-- What this task involves --
Every line holding the string "save" is to be copied from the entries below.

──────── Data shown ────────

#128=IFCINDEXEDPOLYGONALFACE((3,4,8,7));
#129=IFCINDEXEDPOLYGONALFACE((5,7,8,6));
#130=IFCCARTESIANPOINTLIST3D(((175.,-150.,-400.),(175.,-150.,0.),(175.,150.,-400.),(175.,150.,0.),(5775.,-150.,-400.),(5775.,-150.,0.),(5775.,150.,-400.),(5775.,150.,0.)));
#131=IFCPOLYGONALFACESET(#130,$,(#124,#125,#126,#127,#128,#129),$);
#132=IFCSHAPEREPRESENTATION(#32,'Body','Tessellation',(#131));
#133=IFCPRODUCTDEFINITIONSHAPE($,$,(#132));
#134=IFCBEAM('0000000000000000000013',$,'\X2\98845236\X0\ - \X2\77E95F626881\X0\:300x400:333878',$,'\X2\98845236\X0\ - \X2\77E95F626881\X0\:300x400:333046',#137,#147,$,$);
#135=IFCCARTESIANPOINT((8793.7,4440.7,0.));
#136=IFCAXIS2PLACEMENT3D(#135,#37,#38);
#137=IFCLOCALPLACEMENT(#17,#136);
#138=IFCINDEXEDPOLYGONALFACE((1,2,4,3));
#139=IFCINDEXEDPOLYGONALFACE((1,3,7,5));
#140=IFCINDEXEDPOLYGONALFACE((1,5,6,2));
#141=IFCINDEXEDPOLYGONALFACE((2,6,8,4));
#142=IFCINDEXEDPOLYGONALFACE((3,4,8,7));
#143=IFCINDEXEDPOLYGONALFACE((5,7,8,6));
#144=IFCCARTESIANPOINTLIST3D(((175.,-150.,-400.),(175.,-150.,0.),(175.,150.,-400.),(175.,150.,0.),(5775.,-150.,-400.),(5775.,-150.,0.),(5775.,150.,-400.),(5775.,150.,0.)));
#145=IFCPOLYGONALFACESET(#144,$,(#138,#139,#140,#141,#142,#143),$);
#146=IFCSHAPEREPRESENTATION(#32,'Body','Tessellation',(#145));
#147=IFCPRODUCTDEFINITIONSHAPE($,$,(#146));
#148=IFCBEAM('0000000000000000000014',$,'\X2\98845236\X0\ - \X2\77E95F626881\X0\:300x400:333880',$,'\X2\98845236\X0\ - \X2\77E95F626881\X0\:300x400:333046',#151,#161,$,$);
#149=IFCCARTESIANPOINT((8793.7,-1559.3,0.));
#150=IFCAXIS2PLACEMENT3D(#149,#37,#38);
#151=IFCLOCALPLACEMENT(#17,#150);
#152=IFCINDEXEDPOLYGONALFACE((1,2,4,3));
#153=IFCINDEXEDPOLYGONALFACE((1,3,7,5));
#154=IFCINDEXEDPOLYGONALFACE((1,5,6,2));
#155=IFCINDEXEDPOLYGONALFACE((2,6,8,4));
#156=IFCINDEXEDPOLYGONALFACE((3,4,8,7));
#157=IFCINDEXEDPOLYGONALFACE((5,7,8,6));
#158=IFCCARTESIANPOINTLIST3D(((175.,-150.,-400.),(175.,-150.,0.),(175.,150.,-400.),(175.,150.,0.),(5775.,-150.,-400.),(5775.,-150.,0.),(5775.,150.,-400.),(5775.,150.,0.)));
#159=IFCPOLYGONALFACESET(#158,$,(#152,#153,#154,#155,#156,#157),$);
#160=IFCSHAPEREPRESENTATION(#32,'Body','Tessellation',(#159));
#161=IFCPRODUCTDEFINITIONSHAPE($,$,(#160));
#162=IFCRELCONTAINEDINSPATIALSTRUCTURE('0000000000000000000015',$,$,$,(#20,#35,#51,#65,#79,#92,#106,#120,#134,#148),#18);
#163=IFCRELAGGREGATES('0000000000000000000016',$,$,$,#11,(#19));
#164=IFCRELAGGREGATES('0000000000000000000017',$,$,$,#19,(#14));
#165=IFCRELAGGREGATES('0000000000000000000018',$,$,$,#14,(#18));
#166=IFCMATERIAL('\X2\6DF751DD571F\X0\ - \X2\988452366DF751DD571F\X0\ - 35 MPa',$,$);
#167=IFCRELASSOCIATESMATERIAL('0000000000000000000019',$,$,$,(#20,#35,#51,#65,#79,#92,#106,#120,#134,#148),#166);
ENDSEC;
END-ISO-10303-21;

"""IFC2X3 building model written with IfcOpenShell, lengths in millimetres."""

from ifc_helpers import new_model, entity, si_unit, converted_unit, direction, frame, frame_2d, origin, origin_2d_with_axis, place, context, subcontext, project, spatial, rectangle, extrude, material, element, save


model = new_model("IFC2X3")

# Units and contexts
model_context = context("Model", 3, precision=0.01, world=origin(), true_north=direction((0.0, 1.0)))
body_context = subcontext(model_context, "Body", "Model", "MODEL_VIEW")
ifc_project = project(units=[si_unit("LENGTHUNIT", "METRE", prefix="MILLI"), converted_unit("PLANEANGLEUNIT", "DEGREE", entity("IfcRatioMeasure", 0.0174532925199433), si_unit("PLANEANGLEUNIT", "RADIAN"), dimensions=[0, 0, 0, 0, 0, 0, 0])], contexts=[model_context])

────────
──────── Data shown ────────

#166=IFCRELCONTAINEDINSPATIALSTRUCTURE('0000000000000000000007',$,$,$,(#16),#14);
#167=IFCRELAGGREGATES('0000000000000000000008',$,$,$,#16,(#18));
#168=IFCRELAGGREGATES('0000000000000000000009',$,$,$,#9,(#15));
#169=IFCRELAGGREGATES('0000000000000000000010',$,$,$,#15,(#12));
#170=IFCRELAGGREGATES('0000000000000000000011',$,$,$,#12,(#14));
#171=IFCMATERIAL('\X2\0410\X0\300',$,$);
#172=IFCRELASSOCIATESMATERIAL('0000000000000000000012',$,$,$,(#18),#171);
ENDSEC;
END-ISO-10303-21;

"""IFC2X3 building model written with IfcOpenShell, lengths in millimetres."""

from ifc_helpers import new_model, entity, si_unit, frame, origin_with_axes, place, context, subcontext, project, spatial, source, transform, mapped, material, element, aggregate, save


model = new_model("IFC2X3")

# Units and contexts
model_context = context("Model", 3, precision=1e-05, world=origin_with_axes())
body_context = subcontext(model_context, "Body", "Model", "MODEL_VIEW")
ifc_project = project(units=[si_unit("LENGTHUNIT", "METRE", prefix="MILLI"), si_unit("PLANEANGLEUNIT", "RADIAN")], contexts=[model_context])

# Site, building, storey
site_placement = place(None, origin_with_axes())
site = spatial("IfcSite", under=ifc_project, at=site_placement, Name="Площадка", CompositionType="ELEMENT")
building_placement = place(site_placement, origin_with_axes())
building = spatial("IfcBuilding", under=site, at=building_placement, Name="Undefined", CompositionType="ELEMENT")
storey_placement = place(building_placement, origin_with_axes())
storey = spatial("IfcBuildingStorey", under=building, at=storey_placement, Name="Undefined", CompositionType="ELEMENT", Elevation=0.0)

────────

-- Output of the task --
from ifc_helpers import new_model, entity, si_unit, converted_unit, direction, frame, frame_2d, origin, origin_2d_with_axis, place, context, subcontext, project, spatial, rectangle, extrude, material, element, save
from ifc_helpers import new_model, entity, si_unit, frame, origin_with_axes, place, context, subcontext, project, spatial, source, transform, mapped, material, element, aggregate, save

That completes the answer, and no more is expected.